What the exercise asks: Lines in the listing below that include the word "IFCPRODUCTDEFINITIONSHAPE" need to be copied.
* * * *
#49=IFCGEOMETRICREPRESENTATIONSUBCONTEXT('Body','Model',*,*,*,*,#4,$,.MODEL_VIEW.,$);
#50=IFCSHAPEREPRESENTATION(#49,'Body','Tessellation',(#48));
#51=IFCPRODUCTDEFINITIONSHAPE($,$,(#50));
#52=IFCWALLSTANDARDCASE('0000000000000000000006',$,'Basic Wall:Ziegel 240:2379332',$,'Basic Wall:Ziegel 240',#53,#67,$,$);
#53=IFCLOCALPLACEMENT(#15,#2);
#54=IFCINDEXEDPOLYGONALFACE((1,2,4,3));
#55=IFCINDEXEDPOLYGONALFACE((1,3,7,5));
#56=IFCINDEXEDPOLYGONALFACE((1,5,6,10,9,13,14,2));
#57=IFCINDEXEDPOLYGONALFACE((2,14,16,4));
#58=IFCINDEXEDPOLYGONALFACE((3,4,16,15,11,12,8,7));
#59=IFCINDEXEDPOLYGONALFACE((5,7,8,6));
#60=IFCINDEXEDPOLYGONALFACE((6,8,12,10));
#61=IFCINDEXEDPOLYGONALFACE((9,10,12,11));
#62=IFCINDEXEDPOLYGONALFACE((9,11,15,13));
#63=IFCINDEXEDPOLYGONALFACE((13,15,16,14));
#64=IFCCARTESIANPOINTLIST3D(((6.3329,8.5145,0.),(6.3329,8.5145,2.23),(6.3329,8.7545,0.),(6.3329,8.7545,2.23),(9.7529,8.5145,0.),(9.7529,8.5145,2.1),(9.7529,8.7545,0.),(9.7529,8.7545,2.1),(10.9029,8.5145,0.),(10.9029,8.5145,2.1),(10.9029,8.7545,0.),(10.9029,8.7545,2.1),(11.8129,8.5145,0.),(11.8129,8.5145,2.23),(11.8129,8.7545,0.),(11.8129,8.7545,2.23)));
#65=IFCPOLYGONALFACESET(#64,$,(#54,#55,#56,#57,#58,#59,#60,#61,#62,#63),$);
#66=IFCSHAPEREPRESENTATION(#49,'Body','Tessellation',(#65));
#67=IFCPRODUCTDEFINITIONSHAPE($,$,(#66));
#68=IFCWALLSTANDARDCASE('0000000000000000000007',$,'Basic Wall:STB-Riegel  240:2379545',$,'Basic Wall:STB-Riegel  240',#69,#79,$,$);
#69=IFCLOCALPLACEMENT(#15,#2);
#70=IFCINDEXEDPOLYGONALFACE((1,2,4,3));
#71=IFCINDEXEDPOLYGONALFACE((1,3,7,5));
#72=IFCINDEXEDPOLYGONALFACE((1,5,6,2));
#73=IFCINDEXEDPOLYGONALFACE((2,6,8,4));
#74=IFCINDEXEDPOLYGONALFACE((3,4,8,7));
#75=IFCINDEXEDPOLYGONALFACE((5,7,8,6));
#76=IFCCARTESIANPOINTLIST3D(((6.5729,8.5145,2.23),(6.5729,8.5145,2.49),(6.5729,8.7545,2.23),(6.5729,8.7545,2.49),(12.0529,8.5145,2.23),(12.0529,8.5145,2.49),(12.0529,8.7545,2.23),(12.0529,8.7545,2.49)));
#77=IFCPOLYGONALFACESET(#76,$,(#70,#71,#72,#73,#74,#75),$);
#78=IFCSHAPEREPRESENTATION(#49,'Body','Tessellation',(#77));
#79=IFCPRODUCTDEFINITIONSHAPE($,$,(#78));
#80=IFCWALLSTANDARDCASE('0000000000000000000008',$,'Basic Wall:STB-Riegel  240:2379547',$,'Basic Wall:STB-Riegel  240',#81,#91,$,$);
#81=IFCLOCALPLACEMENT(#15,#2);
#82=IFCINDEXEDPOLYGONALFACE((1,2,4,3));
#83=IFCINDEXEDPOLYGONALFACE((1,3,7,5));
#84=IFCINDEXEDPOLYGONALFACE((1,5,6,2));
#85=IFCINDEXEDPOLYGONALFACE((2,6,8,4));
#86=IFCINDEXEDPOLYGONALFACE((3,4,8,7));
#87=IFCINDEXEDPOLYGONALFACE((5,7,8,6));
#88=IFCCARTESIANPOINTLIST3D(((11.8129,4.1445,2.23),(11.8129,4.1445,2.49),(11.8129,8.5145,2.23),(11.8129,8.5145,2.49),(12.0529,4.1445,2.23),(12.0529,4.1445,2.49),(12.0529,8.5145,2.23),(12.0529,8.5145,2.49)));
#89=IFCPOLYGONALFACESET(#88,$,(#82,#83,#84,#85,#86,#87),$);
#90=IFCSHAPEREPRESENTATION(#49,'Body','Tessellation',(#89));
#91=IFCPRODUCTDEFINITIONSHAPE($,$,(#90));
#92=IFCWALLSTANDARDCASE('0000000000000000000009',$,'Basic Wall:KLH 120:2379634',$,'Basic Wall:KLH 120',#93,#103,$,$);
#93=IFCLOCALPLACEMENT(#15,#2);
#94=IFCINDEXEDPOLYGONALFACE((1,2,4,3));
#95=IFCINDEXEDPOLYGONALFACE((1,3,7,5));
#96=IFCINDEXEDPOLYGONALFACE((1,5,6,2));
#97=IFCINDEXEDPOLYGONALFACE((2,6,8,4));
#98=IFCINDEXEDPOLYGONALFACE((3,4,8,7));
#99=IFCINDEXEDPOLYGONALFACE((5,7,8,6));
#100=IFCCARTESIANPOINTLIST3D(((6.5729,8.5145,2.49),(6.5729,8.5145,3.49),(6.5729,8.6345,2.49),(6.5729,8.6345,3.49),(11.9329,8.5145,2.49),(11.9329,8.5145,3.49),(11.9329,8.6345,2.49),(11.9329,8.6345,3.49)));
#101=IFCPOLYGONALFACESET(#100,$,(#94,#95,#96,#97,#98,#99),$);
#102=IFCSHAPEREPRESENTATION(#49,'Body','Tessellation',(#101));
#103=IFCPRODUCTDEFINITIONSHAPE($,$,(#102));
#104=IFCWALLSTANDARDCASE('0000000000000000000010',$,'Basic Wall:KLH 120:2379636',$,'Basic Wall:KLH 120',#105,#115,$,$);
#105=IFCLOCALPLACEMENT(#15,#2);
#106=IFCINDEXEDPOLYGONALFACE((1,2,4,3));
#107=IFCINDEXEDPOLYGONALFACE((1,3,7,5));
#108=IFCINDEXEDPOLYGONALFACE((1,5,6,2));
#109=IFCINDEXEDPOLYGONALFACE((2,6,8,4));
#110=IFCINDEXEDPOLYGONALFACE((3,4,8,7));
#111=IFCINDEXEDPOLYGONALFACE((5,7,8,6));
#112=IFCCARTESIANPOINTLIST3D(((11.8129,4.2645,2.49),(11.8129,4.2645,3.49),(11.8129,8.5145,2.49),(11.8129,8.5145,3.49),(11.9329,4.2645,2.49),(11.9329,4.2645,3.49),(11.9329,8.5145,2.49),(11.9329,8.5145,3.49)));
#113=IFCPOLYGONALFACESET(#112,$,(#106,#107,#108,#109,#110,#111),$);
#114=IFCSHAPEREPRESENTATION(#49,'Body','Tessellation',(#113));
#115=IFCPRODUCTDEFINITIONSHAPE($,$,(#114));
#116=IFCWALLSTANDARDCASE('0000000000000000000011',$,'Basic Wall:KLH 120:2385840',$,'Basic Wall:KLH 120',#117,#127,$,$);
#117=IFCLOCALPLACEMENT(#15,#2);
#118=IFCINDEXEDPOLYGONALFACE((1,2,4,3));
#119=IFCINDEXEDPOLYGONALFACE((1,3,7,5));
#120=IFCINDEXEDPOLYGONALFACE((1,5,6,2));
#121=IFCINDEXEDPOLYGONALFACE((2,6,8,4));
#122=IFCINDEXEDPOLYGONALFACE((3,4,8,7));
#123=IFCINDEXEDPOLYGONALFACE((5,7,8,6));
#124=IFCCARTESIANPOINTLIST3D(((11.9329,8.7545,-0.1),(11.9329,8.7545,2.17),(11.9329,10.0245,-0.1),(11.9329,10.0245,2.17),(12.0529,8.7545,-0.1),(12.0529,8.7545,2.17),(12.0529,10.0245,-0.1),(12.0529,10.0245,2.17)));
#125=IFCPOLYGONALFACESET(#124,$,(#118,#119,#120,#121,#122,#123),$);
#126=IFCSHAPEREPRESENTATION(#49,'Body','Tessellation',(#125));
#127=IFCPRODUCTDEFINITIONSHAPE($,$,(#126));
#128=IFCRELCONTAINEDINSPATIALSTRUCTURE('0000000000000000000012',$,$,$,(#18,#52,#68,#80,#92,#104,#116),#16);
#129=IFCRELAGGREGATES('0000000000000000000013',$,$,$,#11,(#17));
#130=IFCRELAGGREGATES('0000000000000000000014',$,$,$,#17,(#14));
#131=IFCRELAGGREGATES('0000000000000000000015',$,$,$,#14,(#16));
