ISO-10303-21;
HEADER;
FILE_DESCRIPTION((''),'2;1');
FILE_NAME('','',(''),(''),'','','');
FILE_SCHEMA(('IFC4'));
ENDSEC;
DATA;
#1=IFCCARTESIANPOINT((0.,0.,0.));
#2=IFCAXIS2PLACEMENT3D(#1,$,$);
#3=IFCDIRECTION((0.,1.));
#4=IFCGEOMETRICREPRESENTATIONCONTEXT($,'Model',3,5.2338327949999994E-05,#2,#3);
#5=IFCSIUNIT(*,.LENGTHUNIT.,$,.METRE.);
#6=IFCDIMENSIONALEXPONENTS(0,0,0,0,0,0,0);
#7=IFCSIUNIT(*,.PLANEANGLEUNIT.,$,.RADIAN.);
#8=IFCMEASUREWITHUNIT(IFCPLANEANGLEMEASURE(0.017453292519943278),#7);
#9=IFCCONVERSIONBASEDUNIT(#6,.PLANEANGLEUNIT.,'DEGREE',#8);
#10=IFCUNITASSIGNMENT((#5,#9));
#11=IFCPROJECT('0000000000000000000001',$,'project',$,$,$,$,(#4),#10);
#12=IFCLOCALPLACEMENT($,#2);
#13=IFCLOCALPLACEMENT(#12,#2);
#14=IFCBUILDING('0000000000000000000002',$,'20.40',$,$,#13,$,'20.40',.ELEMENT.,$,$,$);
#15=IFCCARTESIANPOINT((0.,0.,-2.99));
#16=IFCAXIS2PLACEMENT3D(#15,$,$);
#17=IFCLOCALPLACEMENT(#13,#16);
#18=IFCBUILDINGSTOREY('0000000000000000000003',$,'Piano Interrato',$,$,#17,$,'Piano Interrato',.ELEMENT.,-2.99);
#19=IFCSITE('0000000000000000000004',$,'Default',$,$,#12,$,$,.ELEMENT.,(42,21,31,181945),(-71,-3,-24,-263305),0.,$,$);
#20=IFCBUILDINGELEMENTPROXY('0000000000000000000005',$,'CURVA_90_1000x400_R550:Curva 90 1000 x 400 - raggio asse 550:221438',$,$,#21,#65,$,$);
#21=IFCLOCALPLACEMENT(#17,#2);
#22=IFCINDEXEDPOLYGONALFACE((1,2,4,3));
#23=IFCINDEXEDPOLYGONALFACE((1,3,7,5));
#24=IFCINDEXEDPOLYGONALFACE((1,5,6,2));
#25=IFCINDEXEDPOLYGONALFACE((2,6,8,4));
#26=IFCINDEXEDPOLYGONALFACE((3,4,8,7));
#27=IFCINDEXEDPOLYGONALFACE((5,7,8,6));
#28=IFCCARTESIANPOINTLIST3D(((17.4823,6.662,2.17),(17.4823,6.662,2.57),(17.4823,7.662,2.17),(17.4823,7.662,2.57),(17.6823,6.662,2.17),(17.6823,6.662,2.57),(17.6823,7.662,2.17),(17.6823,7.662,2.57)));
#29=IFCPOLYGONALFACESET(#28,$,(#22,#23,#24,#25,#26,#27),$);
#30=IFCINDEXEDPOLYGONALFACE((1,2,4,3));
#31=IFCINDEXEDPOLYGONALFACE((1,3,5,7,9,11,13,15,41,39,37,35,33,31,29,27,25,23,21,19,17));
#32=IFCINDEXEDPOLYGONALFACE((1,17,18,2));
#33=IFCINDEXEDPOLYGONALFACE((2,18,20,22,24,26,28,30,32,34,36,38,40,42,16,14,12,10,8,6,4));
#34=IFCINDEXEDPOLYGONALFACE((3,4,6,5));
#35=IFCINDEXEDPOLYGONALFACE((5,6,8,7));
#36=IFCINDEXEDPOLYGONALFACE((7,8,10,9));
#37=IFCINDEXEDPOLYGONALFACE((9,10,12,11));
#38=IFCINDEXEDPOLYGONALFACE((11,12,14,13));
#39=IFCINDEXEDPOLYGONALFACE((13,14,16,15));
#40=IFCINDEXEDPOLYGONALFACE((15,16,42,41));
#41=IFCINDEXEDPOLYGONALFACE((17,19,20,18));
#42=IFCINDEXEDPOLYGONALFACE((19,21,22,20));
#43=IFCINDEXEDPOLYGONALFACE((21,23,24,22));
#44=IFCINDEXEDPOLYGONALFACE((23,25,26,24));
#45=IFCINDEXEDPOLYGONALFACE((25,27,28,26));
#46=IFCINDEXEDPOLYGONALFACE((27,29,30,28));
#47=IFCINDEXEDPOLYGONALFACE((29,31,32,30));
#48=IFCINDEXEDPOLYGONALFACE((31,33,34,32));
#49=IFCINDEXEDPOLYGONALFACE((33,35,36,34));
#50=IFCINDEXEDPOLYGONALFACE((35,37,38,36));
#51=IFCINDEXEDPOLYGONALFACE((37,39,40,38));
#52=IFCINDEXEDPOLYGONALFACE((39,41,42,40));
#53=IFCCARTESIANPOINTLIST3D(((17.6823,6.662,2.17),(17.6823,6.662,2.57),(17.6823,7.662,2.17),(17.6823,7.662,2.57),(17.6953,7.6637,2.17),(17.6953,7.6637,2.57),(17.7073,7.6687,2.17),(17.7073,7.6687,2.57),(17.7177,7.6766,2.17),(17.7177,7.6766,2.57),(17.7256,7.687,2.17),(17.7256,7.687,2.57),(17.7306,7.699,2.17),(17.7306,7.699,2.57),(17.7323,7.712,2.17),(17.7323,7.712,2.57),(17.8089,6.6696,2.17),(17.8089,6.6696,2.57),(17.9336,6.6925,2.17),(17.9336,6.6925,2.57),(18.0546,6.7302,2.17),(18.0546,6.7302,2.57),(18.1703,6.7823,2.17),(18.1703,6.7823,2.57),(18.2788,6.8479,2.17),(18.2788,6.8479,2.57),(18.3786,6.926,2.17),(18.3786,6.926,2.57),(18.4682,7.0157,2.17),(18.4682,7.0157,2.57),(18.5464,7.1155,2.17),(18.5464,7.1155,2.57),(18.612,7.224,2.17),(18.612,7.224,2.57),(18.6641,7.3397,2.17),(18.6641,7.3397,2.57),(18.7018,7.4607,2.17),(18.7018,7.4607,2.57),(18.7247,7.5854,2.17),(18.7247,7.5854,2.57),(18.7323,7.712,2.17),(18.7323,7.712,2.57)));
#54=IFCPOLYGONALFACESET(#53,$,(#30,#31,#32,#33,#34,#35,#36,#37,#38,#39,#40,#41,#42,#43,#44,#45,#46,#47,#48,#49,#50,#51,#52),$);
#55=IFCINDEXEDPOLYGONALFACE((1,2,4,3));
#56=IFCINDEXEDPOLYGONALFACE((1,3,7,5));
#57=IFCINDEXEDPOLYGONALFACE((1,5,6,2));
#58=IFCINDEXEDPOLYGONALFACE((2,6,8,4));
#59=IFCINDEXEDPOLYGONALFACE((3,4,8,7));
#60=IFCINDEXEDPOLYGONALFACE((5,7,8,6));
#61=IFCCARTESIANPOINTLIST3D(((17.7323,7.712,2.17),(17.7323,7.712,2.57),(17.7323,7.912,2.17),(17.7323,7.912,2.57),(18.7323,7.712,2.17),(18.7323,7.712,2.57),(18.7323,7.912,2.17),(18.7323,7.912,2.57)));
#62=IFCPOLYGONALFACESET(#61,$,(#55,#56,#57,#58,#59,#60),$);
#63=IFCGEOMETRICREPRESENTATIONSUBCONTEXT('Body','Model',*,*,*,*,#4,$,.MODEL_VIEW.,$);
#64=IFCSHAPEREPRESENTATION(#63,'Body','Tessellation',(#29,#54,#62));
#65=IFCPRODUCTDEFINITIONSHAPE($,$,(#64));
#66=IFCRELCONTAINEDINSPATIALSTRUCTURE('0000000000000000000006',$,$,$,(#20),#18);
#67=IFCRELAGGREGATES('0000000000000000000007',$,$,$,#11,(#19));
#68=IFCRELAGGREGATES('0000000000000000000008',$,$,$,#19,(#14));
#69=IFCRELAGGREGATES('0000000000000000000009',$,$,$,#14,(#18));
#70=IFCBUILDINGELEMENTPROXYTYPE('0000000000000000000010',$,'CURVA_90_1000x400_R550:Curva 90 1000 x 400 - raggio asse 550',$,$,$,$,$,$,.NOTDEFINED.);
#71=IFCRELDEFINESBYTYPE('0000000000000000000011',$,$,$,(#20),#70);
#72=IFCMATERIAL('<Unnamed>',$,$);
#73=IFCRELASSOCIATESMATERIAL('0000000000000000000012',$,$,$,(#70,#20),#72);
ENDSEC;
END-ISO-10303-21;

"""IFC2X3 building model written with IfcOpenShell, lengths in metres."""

from ifc_helpers import new_model, entity, si_unit, converted_unit, direction, frame, frame_2d, origin, origin_2d_with_axis, place, context, subcontext, project, spatial, polyline, circle_curve, parameter, trimmed, segment, composite_curve, rectangle, outline, extrude, source, transform, mapped, material, type_object, type_shapes, element, save


model = new_model("IFC2X3")

# Units and contexts
model_context = context("Model", 3, precision=5.2338327949999994e-05, world=origin(), true_north=direction((0.0, 1.0)))
body_context = subcontext(model_context, "Body", "Model", "MODEL_VIEW")
ifc_project = project(units=[si_unit("LENGTHUNIT", "METRE"), converted_unit("PLANEANGLEUNIT", "DEGREE", entity("IfcPlaneAngleMeasure", 0.017453292519943278), si_unit("PLANEANGLEUNIT", "RADIAN"), dimensions=[0, 0, 0, 0, 0, 0, 0])], contexts=[model_context])

# Site, building, storey
site_placement = place(None, origin())
site = spatial("IfcSite", under=ifc_project, at=site_placement, Name="Default", CompositionType="ELEMENT", RefLatitude=(42, 21, 31, 181945), RefLongitude=(-71, -3, -24, -263305), RefElevation=0.0)
building_placement = place(site_placement, origin())
building = spatial("IfcBuilding", under=site, at=building_placement, Name="20.40", LongName="20.40", CompositionType="ELEMENT")
storey_placement = place(building_placement, frame((0.0, 0.0, -2.99)))
storey = spatial("IfcBuildingStorey", under=building, at=storey_placement, Name="Piano Interrato", LongName="Piano Interrato", CompositionType="ELEMENT", Elevation=-2.99)

# Shared definitions
ifc_material_1 = material(Name="<Unnamed>")

# Building element proxy
building_element_proxy_type_1 = type_object("IfcBuildingElementProxyType", Name="CURVA_90_1000x400_R550:Curva 90 1000 x 400 - raggio asse 550", PredefinedType="NOTDEFINED", material=ifc_material_1)
shared_shape_1 = source(origin(), body_context, "Body", "SweptSolid", [
    extrude(rectangle(XDim=0.2, YDim=1.0, at=origin_2d_with_axis()), frame((0.55, -0.1, -0.2), z_axis=(0.0, 0.0, 1.0), x_axis=(0.0, -1.0, 0.0)), (0.0, 0.0, 1.0), 0.4),
    extrude(outline(composite_curve([segment(polyline([(-0.775, -0.275), (0.225, -0.275)]), True, "CONTINUOUS"), segment(trimmed(circle_curve(frame_2d((0.275, -0.275), x_axis=(0.0, 1.0)), 0.05), [parameter(0.0)], [parameter(90.0)], True, "PARAMETER"), False, "CONTINUOUS"), segment(polyline([(0.275, -0.225), (0.275, 0.775)]), True, "CONTINUOUS"), segment(trimmed(circle_curve(frame_2d((0.275, -0.275), x_axis=(0.0, 1.0)), 1.05), [parameter(0.0)], [parameter(90.0)], True, "PARAMETER"), True, "CONTINUOUS")], self_intersect=False)), frame((0.275, 0.275, -0.2), z_axis=(0.0, 0.0, 1.0), x_axis=(0.0, -1.0, 0.0)), (0.0, 0.0, 1.0), 0.4),
    extrude(rectangle(XDim=0.2, YDim=1.0, at=origin_2d_with_axis()), frame((-0.1, 0.55, -0.2), z_axis=(0.0, 0.0, 1.0), x_axis=(-1.0, 0.0, 0.0)), (0.0, 0.0, 1.0), 0.4),
])
type_shapes(building_element_proxy_type_1, [shared_shape_1])
proxy_1_placement = place(storey_placement, frame((17.6823, 7.712, 2.37), z_axis=(0.0, 0.0, 1.0), x_axis=(0.0, -1.0, 0.0)))
element("IfcBuildingElementProxy", 1, at=proxy_1_placement, inside=storey, type_object=building_element_proxy_type_1, material=ifc_material_1, Name="CURVA_90_1000x400_R550:Curva 90 1000 x 400 - raggio asse 550:221438", context=body_context, shape_type="MappedRepresentation", body=[
    mapped(shared_shape_1, transform((0.0, 0.0, 0.0), scale=1.0)),
])

save(model, "model.ifc")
* * * *
Expected answer:
#51=IFCPRODUCTDEFINITIONSHAPE($,$,(#50));
#67=IFCPRODUCTDEFINITIONSHAPE($,$,(#66));
#79=IFCPRODUCTDEFINITIONSHAPE($,$,(#78));
#91=IFCPRODUCTDEFINITIONSHAPE($,$,(#90));
#103=IFCPRODUCTDEFINITIONSHAPE($,$,(#102));
#115=IFCPRODUCTDEFINITIONSHAPE($,$,(#114));
#127=IFCPRODUCTDEFINITIONSHAPE($,$,(#126));
#65=IFCPRODUCTDEFINITIONSHAPE($,$,(#64));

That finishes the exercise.